*WHAT YOU SHOULD DO*:
The answer is the number of lines in the data that contain the word "Tessellation"; give it alone.

BEGIN RECORD SET

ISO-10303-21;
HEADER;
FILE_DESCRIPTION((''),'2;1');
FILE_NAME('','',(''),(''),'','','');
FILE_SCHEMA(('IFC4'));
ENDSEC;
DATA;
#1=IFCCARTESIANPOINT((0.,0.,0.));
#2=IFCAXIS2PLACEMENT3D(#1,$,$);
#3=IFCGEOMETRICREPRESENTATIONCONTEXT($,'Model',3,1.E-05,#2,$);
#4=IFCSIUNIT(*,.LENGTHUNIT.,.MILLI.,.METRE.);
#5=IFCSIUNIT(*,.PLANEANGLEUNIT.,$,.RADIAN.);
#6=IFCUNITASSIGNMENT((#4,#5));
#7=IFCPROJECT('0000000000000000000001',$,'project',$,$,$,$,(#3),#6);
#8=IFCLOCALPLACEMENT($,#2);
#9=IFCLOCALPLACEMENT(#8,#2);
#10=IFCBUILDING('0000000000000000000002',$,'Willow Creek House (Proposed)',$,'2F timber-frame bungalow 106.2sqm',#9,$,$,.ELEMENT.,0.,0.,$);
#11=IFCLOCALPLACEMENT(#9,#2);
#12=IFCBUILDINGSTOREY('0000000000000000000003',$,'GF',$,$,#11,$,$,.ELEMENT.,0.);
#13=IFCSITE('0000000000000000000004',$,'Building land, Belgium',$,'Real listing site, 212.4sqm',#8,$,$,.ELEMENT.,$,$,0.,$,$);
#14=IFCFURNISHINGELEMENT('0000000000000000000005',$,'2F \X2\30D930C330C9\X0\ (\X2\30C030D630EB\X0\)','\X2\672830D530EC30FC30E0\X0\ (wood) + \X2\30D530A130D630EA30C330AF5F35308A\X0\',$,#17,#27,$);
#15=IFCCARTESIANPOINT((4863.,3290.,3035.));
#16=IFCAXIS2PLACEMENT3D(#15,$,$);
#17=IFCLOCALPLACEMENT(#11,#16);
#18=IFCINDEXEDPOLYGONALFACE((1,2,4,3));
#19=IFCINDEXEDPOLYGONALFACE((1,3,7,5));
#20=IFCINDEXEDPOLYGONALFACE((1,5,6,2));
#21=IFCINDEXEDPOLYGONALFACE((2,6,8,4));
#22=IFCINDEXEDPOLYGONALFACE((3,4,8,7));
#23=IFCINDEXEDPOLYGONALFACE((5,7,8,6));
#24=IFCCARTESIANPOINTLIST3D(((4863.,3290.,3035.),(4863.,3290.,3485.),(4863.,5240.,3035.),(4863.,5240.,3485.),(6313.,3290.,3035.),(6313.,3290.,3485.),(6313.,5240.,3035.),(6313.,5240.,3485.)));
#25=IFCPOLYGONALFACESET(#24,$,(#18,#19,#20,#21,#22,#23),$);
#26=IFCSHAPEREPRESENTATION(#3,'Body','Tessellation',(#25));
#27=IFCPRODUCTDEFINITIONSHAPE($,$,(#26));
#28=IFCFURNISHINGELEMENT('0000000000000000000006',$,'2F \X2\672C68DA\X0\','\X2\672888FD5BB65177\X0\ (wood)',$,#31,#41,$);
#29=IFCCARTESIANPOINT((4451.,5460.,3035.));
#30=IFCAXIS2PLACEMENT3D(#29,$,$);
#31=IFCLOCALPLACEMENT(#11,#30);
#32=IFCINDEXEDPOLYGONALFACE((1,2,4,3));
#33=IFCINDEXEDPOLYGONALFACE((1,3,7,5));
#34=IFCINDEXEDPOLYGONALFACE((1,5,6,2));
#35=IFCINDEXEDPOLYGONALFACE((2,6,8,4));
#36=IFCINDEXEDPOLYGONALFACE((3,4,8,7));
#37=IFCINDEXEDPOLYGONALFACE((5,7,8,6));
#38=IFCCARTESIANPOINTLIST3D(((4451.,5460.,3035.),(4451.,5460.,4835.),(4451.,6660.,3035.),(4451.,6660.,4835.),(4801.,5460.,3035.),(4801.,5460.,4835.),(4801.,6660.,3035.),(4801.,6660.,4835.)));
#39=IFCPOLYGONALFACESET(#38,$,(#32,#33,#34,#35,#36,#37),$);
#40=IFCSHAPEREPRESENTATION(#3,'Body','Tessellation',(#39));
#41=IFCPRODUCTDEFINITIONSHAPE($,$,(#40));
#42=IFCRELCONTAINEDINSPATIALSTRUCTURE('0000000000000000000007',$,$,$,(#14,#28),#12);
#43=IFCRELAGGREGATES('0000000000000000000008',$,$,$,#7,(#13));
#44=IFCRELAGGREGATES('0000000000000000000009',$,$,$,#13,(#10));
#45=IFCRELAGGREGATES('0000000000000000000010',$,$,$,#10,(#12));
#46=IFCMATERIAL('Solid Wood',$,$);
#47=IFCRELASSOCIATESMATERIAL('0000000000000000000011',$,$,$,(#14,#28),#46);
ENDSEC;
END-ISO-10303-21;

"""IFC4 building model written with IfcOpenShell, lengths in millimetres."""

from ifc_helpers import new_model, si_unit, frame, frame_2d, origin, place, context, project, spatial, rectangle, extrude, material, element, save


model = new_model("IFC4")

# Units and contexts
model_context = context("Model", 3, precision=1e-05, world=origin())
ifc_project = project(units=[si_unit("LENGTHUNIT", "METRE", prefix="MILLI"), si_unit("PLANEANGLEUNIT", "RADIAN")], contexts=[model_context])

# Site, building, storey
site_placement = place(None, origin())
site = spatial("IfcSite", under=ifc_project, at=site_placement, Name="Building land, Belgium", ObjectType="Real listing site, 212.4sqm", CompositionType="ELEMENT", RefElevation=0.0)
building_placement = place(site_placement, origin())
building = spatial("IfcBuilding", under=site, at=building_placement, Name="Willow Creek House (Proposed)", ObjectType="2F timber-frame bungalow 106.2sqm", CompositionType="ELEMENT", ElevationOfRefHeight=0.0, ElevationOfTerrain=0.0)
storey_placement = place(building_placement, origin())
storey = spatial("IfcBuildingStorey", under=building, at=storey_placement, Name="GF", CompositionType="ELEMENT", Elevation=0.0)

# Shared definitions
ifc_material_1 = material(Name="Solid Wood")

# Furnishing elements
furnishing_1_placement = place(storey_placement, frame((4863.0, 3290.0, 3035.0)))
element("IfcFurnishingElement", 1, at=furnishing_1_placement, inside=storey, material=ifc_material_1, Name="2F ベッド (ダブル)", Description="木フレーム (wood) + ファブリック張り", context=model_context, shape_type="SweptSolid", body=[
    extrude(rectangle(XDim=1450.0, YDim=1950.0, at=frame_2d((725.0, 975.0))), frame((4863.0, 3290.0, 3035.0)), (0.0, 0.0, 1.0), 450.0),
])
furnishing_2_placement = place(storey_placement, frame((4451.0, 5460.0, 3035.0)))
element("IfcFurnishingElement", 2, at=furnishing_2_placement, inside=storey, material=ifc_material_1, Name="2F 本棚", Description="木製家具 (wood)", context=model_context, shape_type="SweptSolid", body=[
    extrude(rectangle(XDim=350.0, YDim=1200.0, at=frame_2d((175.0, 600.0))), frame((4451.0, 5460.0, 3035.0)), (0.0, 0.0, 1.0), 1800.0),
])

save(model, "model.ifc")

END RECORD SET

*EXERCISE SOLUTION*:
2